Bill Watterson’s Calvin & Hobbes series is one of the most well known comic strips around. Even though it went out of publication in 1995 and Watterson retired (mostly), the strip has managed to live on thanks to being frequently reprinted consistently over the decades.
For the first time in nearly 30 years, Watterson is coming back to the graphic novel space with his new book, The Mysteries. Revealed earlier in the week, Watterson collaborated on the book with caricaturist John Kascht. Billed as “a fable for grown ups,” its plot revolves around a kingdom that’s become home to frequent disasters. Desperate for an end to the calamities, the king enlists his knights to go in search of the source for all these events, and years later, only a single knight returns to tell the tale.
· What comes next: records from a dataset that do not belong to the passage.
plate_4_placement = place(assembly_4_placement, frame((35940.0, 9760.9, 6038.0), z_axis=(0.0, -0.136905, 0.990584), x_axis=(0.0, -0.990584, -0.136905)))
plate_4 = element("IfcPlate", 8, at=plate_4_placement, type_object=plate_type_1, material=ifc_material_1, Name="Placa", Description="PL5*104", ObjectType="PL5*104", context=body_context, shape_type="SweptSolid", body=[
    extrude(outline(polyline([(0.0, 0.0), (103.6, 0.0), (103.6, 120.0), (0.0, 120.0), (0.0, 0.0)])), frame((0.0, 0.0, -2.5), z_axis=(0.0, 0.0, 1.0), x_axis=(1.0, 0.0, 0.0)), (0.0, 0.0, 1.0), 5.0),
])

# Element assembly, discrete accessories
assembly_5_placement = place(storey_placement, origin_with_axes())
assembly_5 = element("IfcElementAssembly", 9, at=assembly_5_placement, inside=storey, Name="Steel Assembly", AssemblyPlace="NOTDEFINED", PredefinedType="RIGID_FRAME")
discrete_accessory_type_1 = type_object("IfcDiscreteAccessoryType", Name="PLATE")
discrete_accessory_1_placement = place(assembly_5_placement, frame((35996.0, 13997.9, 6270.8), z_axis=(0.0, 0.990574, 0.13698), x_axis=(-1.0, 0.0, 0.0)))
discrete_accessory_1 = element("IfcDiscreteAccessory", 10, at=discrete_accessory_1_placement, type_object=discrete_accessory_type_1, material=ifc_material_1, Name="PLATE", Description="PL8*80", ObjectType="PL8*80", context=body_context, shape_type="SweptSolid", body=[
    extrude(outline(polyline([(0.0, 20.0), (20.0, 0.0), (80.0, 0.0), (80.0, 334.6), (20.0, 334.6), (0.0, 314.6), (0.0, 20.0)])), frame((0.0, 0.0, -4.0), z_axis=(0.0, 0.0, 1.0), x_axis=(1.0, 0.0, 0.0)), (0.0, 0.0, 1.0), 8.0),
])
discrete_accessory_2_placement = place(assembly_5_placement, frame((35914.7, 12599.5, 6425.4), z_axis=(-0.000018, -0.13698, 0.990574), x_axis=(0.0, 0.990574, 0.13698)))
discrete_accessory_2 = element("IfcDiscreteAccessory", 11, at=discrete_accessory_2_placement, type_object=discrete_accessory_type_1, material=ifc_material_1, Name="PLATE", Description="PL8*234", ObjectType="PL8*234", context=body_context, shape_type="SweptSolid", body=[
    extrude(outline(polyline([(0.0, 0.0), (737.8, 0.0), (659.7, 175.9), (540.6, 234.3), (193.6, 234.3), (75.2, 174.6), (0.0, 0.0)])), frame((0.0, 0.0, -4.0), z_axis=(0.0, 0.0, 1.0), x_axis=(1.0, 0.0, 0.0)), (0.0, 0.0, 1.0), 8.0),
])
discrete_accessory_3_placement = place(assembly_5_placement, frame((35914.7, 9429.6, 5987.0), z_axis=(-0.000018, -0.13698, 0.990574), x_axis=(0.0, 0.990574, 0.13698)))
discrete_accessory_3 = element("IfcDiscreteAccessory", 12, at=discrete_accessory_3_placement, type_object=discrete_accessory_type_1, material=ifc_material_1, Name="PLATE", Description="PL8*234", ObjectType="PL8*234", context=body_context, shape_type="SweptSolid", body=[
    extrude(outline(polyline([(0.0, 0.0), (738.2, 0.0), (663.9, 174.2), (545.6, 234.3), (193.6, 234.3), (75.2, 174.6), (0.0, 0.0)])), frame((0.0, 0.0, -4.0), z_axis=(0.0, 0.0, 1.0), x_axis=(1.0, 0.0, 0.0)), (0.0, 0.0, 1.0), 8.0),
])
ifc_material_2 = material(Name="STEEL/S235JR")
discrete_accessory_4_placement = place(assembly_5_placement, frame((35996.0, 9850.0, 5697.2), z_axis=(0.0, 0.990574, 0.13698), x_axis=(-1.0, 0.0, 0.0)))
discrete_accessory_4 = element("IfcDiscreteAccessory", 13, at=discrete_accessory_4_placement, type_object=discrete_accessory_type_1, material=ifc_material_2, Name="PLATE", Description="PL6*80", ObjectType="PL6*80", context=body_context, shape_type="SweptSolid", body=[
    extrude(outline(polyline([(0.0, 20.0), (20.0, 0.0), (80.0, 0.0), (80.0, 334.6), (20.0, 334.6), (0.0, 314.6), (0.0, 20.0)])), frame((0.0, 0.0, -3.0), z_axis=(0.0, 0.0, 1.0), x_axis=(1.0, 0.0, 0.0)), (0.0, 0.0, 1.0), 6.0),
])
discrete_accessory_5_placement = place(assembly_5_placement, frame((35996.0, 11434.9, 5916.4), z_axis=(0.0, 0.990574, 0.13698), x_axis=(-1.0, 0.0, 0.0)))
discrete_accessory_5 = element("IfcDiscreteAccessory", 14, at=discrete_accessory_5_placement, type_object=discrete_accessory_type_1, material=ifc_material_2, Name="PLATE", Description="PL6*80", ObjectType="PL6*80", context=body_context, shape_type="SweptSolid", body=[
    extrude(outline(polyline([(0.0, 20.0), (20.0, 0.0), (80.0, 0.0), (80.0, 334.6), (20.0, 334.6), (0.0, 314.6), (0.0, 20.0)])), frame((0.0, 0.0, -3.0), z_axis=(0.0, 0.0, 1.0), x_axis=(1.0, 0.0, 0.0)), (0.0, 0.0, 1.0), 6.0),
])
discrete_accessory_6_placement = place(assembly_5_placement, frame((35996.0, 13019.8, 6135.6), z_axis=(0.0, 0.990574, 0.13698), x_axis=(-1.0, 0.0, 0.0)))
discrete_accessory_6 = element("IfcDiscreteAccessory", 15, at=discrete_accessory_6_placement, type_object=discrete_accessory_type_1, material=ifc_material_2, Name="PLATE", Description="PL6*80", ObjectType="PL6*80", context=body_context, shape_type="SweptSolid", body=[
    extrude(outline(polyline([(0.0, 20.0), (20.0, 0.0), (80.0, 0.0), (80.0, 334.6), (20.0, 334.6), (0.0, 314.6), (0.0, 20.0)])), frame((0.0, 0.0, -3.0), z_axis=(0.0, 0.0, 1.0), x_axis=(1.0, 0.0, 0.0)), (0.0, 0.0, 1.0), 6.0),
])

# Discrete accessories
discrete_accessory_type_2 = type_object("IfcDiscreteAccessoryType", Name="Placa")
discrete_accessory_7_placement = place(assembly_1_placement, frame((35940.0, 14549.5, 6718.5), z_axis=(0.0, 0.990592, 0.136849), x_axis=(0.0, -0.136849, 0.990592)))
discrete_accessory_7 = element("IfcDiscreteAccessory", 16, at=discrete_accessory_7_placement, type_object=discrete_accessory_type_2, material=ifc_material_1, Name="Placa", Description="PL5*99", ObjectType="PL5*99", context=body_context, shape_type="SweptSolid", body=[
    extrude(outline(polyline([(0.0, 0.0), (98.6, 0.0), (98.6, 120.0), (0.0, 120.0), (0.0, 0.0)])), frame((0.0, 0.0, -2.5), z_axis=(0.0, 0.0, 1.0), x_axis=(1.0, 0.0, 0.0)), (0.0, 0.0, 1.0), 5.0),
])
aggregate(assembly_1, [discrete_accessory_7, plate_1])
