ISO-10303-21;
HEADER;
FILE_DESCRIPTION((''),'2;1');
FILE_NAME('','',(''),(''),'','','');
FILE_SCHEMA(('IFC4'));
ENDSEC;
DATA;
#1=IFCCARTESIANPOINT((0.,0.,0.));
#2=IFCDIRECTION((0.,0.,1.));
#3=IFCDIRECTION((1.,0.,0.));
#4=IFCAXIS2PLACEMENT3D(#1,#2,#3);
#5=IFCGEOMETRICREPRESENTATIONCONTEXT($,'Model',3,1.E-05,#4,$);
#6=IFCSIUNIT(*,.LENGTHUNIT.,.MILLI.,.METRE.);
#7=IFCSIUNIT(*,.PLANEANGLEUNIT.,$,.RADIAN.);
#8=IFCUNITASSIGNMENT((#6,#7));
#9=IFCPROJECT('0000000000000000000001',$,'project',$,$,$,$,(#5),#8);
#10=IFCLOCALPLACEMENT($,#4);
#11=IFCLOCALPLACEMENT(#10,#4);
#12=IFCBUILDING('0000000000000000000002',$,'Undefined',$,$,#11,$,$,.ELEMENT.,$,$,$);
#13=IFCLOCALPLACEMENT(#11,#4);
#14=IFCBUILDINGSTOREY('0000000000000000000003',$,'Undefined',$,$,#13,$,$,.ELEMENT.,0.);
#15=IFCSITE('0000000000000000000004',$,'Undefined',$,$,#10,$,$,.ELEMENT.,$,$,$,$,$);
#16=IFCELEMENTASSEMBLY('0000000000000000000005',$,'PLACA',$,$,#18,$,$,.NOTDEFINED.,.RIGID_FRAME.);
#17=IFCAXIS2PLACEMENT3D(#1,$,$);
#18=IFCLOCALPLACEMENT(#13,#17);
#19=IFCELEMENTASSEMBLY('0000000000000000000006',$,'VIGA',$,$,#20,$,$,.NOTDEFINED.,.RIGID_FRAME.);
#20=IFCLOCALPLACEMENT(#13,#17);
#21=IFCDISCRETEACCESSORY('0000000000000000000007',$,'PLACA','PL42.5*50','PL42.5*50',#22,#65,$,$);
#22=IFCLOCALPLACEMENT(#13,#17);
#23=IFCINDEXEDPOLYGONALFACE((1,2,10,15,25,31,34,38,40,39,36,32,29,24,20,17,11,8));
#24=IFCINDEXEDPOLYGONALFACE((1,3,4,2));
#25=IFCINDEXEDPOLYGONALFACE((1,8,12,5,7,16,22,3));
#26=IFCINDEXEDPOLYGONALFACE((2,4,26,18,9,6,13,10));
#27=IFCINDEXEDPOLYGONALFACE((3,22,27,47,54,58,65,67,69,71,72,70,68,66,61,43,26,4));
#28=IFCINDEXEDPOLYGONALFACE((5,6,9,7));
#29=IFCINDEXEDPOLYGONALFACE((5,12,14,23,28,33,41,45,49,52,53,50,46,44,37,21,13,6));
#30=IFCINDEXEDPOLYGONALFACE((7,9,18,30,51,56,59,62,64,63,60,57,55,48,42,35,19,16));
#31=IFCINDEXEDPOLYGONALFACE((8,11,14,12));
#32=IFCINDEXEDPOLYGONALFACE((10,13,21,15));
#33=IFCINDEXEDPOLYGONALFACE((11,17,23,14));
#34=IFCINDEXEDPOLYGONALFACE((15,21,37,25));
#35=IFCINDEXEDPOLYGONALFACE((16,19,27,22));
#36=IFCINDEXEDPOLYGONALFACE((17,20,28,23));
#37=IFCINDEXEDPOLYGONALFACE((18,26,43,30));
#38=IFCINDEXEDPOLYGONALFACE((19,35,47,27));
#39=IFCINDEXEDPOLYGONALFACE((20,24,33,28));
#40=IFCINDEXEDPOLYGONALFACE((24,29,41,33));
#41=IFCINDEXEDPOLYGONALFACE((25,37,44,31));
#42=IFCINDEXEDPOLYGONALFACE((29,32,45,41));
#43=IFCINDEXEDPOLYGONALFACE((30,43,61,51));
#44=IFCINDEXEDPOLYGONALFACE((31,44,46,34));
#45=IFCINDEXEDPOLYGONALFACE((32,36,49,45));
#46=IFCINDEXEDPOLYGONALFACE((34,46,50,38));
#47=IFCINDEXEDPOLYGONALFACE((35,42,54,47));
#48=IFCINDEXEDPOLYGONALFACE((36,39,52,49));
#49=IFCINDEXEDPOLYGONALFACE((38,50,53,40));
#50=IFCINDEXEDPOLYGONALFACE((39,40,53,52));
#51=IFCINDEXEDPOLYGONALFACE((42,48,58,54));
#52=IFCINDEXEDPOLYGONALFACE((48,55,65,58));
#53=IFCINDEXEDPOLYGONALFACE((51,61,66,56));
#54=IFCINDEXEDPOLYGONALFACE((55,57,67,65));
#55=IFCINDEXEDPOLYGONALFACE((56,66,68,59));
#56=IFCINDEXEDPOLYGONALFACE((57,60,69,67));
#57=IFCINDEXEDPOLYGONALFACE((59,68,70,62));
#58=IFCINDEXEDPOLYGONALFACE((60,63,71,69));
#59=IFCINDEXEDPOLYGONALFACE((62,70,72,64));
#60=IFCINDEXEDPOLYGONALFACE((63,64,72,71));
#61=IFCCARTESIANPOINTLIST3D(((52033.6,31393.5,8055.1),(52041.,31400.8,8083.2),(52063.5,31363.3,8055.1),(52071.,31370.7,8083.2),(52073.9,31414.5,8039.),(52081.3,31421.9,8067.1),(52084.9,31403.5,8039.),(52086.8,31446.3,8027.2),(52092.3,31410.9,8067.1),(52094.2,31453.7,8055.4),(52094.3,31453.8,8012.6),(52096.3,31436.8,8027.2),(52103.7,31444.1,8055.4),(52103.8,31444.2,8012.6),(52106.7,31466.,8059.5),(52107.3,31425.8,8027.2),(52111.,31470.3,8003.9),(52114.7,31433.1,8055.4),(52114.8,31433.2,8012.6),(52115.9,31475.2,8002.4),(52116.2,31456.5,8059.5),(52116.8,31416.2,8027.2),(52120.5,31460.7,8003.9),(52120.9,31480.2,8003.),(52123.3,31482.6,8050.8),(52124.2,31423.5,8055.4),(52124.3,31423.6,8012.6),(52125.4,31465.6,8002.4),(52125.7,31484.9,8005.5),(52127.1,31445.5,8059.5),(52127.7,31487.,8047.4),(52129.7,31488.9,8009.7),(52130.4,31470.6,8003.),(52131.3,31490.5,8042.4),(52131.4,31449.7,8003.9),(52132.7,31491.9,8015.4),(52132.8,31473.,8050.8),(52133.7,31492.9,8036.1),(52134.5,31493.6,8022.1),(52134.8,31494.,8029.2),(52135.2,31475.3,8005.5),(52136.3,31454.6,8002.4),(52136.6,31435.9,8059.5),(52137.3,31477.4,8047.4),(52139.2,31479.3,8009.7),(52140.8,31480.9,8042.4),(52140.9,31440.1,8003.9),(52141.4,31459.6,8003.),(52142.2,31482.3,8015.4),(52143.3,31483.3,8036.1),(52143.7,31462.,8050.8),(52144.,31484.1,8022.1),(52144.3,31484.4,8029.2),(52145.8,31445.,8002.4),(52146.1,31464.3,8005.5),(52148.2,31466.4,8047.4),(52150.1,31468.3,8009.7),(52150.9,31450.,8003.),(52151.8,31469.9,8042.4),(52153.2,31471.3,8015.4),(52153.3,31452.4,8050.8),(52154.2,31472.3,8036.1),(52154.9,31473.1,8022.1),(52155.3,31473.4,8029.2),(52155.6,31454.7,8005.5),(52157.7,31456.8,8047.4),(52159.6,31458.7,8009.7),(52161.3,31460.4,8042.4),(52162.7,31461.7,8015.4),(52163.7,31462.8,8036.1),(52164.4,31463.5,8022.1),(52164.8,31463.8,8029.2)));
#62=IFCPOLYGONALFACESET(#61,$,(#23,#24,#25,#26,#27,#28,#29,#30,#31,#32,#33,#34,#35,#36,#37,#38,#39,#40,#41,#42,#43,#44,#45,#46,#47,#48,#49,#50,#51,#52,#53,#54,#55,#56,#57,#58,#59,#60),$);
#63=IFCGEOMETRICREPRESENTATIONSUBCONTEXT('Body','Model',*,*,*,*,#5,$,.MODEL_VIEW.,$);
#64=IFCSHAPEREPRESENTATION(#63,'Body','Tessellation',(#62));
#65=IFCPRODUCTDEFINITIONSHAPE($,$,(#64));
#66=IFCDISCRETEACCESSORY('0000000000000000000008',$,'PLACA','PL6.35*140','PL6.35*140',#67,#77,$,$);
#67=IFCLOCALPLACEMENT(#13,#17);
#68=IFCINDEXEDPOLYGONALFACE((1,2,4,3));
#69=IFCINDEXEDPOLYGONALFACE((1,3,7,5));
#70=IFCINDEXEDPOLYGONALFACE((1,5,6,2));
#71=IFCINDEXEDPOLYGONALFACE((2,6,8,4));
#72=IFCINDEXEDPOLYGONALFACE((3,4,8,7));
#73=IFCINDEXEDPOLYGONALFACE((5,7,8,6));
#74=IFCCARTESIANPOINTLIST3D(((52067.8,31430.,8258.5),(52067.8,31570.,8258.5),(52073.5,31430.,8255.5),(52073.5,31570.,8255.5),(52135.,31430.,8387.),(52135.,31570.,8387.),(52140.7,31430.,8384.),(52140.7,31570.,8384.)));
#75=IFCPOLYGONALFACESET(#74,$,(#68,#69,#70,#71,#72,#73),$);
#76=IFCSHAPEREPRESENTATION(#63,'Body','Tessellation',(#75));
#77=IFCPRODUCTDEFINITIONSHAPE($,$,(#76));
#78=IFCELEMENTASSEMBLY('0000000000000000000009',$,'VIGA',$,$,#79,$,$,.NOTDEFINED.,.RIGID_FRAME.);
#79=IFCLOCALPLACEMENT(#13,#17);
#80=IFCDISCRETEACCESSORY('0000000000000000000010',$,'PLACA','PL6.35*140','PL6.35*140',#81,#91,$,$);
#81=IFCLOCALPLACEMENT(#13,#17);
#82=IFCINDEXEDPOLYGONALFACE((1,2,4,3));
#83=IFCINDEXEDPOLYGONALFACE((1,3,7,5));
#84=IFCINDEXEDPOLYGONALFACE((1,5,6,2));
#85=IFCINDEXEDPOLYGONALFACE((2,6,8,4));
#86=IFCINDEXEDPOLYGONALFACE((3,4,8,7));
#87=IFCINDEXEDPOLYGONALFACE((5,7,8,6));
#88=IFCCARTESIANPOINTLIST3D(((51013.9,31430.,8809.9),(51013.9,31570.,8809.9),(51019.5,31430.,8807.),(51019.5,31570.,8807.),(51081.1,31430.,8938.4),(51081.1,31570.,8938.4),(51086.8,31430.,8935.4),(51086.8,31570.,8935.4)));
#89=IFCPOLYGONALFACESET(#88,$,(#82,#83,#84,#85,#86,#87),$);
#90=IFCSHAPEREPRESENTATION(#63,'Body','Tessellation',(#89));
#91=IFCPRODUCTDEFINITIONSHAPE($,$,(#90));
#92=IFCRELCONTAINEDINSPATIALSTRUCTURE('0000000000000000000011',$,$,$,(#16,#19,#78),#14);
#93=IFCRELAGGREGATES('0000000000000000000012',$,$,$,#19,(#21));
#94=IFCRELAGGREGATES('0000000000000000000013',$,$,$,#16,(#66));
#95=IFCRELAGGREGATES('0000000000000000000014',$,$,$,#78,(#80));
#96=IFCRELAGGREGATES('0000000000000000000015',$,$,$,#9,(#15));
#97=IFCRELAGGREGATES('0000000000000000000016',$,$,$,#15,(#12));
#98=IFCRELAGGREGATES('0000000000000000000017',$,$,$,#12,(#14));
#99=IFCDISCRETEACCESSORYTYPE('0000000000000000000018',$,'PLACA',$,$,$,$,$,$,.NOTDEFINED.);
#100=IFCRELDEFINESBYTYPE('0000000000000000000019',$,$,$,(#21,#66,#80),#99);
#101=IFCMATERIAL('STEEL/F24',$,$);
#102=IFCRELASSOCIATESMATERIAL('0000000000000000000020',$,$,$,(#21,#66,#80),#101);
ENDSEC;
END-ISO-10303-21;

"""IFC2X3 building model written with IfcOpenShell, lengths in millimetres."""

from ifc_helpers import new_model, si_unit, frame, frame_2d, origin_with_axes, origin_2d_with_axis, place, context, subcontext, project, spatial, polyline, circle_curve, parameter, trimmed, segment, composite_curve, rectangle, outline, extrude, boolean, material, type_object, element, aggregate, save


model = new_model("IFC2X3")

# Units and contexts
model_context = context("Model", 3, precision=1e-05, world=origin_with_axes())
body_context = subcontext(model_context, "Body", "Model", "MODEL_VIEW")
ifc_project = project(units=[si_unit("LENGTHUNIT", "METRE", prefix="MILLI"), si_unit("PLANEANGLEUNIT", "RADIAN")], contexts=[model_context])

# Site, building, storey
site_placement = place(None, origin_with_axes())
site = spatial("IfcSite", under=ifc_project, at=site_placement, Name="Undefined", CompositionType="ELEMENT")
building_placement = place(site_placement, origin_with_axes())
building = spatial("IfcBuilding", under=site, at=building_placement, Name="Undefined", CompositionType="ELEMENT")
storey_placement = place(building_placement, origin_with_axes())
storey = spatial("IfcBuildingStorey", under=building, at=storey_placement, Name="Undefined", CompositionType="ELEMENT", Elevation=0.0)

# Shared definitions
ifc_material_1 = material(Name="STEEL/F24")

# Element assembly
assembly_1_placement = place(storey_placement, origin_with_axes())
assembly_1 = element("IfcElementAssembly", 1, at=assembly_1_placement, inside=storey, Name="PLACA", AssemblyPlace="NOTDEFINED", PredefinedType="RIGID_FRAME")
discrete_accessory_type_1 = type_object("IfcDiscreteAccessoryType", Name="PLACA")

# Element assembly, discrete accessory
assembly_2_placement = place(storey_placement, origin_with_axes())
assembly_2 = element("IfcElementAssembly", 2, at=assembly_2_placement, inside=storey, Name="VIGA", AssemblyPlace="NOTDEFINED", PredefinedType="RIGID_FRAME")
discrete_accessory_1_placement = place(assembly_2_placement, frame((52154.9, 31484.0, 8042.1), z_axis=(-0.704562, 0.709643, 0.0), x_axis=(-0.247001, -0.245233, -0.937471)))
discrete_accessory_1 = element("IfcDiscreteAccessory", 3, at=discrete_accessory_1_placement, type_object=discrete_accessory_type_1, material=ifc_material_1, Name="PLACA", Description="PL42.5*50", ObjectType="PL42.5*50", context=body_context, shape_type="CSG", body=[
    boolean("DIFFERENCE", extrude(outline(composite_curve([segment(trimmed(circle_curve(frame_2d((25.0, 25.0), x_axis=(-1.0, 0.0)), 25.0), [parameter(0.0)], [parameter(1.570796)], True, "PARAMETER"), True, "CONTINUOUS"), segment(polyline([(25.0, 0.0), (25.0, 0.0)]), True, "CONTINUOUS"), segment(trimmed(circle_curve(frame_2d((25.0, 25.0), x_axis=(0.0, -1.0)), 25.0), [parameter(0.0)], [parameter(1.570796)], True, "PARAMETER"), True, "CONTINUOUS"), segment(polyline([(50.0, 25.0), (50.0, 50.0), (40.0, 65.0), (40.0, 145.0), (10.0, 145.0), (10.0, 65.0), (0.0, 50.0), (0.0, 25.0)]), True, "CONTINUOUS")], self_intersect=True)), frame((0.0, 0.0, -21.2), z_axis=(0.0, 0.0, 1.0), x_axis=(1.0, 0.0, 0.0)), (0.0, 0.0, 1.0), 42.5), extrude(rectangle(XDim=15.5, YDim=60.0, at=origin_2d_with_axis()), frame((25.0, 98.7, 0.0), z_axis=(0.0, -1.0, 0.0), x_axis=(0.0, 0.0, -1.0)), (0.0, 0.0, 1.0), 108.7)),
])
aggregate(assembly_2, [discrete_accessory_1])

# Discrete accessory
discrete_accessory_2_placement = place(assembly_1_placement, frame((52137.9, 31570.0, 8385.5), z_axis=(0.886042, 0.0, -0.463605), x_axis=(0.0, -1.0, 0.0)))
discrete_accessory_2 = element("IfcDiscreteAccessory", 4, at=discrete_accessory_2_placement, type_object=discrete_accessory_type_1, material=ifc_material_1, Name="PLACA", Description="PL6.35*140", ObjectType="PL6.35*140", context=body_context, shape_type="SweptSolid", body=[
    extrude(outline(polyline([(0.0, 0.0), (140.0, 0.0), (140.0, 145.0), (0.0, 145.0), (0.0, 0.0)])), frame((0.0, 0.0, -3.2), z_axis=(0.0, 0.0, 1.0), x_axis=(1.0, 0.0, 0.0)), (0.0, 0.0, 1.0), 6.4),
])

# Element assembly, discrete accessory
assembly_3_placement = place(storey_placement, origin_with_axes())
assembly_3 = element("IfcElementAssembly", 5, at=assembly_3_placement, inside=storey, Name="VIGA", AssemblyPlace="NOTDEFINED", PredefinedType="RIGID_FRAME")
discrete_accessory_3_placement = place(assembly_3_placement, frame((51083.9, 31570.0, 8936.9), z_axis=(0.886042, 0.0, -0.463605), x_axis=(0.0, -1.0, 0.0)))
discrete_accessory_3 = element("IfcDiscreteAccessory", 6, at=discrete_accessory_3_placement, type_object=discrete_accessory_type_1, material=ifc_material_1, Name="PLACA", Description="PL6.35*140", ObjectType="PL6.35*140", context=body_context, shape_type="SweptSolid", body=[
    extrude(outline(polyline([(0.0, 0.0), (140.0, 0.0), (140.0, 145.0), (0.0, 145.0), (0.0, 0.0)])), frame((0.0, 0.0, -3.2), z_axis=(0.0, 0.0, 1.0), x_axis=(1.0, 0.0, 0.0)), (0.0, 0.0, 1.0), 6.4),
])

aggregate(assembly_1, [discrete_accessory_2])
aggregate(assembly_3, [discrete_accessory_3])

save(model, "model.ifc")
Since this is Watterson’s first big project in decades, The Mysteries is something of a big deal, and Watterson and Kascht seem to understand that. In its online description, there’s a brief mention on how the pair worked together for years in what was called an “unusually close collaboration. Both artists abandoned their past ways of working, inventing images together that neither could anticipate—a mysterious process in its own right.” Sounds quite ominous, and more than a little intriguing.
The Mysteries will release on October 10, and Polygon has a look at some of the interior pages for the 72-page story. With a storybook format and Kascht’s caricature style, it definitely looks like its own distinct things from Calvin & Hobbs, and one to pay attention to in the coming months.